» **WORK REQUIRED**
Work out the number of lines in the listing that include the string "IFCSHAPEREPRESENTATION". Reply with that number alone.

» **GIVEN RECORDS**

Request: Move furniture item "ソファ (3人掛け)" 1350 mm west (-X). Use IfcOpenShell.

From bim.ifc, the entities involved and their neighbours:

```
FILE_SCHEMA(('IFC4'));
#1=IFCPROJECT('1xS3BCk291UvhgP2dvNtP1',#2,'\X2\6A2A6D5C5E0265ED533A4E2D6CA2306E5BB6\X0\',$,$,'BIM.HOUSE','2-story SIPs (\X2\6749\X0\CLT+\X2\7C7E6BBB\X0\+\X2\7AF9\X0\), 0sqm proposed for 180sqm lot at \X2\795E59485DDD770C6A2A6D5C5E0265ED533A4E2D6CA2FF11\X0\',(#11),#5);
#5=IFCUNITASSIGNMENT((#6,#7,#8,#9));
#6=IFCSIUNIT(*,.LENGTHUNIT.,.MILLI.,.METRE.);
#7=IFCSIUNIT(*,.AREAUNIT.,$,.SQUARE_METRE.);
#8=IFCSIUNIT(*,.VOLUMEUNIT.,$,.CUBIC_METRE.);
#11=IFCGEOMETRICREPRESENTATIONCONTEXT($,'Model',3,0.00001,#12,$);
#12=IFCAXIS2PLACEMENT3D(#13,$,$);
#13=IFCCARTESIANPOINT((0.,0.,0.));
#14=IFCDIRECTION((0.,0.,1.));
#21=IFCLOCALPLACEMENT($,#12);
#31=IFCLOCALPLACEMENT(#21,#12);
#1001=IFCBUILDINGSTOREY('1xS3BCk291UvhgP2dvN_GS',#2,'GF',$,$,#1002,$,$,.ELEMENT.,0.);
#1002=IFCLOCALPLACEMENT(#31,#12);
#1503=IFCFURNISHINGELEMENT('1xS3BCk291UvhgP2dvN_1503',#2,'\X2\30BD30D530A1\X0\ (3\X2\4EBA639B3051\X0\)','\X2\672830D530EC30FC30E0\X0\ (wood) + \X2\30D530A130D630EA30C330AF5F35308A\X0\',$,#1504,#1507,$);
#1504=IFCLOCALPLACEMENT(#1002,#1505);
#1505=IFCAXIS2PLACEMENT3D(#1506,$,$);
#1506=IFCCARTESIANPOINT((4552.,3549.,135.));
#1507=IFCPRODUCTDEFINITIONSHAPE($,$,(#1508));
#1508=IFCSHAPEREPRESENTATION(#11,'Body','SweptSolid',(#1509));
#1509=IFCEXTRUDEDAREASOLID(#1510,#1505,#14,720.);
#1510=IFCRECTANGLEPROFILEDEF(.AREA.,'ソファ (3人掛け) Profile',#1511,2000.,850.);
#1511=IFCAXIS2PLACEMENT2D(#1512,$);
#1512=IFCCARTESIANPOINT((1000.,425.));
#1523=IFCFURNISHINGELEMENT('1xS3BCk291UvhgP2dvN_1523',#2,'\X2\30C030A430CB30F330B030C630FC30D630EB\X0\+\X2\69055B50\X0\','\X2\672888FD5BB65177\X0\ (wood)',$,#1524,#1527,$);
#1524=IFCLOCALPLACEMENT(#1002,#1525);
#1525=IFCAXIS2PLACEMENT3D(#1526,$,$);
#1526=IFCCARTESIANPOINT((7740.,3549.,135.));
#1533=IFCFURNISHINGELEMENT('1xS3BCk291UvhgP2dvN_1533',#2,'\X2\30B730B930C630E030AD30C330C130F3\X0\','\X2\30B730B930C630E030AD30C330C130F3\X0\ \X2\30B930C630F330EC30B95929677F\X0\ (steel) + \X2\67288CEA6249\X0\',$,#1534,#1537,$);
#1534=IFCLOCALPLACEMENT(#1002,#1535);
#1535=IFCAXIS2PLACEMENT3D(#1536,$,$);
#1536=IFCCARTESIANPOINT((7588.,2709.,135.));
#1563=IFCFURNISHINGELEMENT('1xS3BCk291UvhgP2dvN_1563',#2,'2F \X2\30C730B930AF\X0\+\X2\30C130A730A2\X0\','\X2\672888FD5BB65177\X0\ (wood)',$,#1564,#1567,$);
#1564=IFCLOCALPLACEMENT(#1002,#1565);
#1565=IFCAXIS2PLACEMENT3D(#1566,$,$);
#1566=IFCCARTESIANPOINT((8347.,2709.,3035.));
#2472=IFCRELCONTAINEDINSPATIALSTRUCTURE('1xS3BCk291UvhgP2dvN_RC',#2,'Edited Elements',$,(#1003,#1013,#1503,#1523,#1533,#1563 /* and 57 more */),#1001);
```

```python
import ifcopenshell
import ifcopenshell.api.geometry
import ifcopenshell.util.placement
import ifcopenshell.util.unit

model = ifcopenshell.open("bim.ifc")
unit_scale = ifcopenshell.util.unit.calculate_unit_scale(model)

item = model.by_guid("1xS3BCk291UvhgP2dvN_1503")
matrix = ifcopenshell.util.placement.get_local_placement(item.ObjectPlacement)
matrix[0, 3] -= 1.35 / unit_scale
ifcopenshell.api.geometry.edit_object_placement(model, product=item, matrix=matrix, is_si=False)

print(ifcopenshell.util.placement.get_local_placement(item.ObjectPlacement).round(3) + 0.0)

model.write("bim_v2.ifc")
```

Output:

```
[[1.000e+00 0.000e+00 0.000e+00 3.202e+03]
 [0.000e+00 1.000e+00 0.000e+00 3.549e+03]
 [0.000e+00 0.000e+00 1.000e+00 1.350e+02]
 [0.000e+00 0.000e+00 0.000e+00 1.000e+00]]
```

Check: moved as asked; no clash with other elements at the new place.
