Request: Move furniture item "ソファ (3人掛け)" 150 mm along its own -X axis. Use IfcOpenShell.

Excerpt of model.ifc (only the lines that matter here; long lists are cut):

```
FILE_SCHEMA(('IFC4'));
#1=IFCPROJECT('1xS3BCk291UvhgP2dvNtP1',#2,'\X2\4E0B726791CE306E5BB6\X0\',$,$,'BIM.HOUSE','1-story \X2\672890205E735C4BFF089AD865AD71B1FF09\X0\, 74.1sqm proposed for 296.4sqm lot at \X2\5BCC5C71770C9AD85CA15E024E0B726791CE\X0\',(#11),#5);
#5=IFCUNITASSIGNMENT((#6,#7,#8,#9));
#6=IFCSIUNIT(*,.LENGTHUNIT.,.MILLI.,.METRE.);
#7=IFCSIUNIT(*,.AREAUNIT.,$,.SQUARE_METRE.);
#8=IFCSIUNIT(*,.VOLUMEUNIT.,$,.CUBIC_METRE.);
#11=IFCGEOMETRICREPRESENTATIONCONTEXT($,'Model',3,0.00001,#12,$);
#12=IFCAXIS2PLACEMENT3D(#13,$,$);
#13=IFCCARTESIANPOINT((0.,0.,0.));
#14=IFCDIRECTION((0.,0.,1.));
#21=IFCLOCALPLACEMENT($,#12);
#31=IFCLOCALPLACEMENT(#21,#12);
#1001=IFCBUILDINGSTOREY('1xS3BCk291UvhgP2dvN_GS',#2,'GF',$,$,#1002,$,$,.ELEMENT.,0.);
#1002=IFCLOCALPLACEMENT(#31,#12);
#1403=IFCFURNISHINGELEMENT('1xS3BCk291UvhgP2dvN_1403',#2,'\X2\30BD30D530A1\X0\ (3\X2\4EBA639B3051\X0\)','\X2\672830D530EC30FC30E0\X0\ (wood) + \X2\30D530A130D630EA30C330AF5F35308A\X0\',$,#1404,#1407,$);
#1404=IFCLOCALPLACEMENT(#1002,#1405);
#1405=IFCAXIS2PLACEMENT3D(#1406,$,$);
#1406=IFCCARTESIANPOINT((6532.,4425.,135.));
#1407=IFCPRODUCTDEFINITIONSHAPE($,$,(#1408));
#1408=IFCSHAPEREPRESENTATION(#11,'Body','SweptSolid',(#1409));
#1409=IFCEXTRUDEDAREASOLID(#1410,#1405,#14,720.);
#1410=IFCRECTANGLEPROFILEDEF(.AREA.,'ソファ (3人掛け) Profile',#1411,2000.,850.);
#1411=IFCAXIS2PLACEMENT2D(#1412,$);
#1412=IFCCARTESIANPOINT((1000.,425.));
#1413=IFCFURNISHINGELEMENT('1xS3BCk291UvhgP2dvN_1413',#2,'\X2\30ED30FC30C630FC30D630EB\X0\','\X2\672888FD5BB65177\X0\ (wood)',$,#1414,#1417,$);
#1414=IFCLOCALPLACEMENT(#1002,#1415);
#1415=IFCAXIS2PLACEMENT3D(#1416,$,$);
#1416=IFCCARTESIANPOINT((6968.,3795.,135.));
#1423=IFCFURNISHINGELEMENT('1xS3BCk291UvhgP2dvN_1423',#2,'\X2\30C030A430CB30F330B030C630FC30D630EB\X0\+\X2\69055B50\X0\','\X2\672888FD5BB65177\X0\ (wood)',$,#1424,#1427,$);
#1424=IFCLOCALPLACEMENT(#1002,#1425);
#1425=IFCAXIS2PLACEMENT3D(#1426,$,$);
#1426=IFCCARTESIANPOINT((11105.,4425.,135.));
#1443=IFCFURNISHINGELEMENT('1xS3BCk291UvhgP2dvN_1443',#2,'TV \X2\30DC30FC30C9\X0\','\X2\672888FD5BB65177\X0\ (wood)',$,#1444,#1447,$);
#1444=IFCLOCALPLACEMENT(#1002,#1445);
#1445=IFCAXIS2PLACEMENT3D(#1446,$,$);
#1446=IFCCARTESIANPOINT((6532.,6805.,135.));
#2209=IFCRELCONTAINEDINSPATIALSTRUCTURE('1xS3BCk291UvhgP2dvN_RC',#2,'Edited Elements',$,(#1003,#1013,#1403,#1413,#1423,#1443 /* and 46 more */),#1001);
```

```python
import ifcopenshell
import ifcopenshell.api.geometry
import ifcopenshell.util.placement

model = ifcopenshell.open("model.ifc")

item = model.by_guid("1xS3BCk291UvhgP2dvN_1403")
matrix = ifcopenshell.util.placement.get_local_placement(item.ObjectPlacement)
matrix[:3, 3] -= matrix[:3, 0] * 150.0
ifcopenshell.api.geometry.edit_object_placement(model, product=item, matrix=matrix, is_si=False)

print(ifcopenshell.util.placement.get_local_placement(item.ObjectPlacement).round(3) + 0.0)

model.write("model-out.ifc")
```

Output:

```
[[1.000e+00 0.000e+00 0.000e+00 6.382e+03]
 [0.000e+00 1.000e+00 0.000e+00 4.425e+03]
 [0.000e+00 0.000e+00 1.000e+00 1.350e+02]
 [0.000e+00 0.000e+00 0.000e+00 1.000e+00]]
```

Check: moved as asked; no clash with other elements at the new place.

» **FINISHED TASK**
2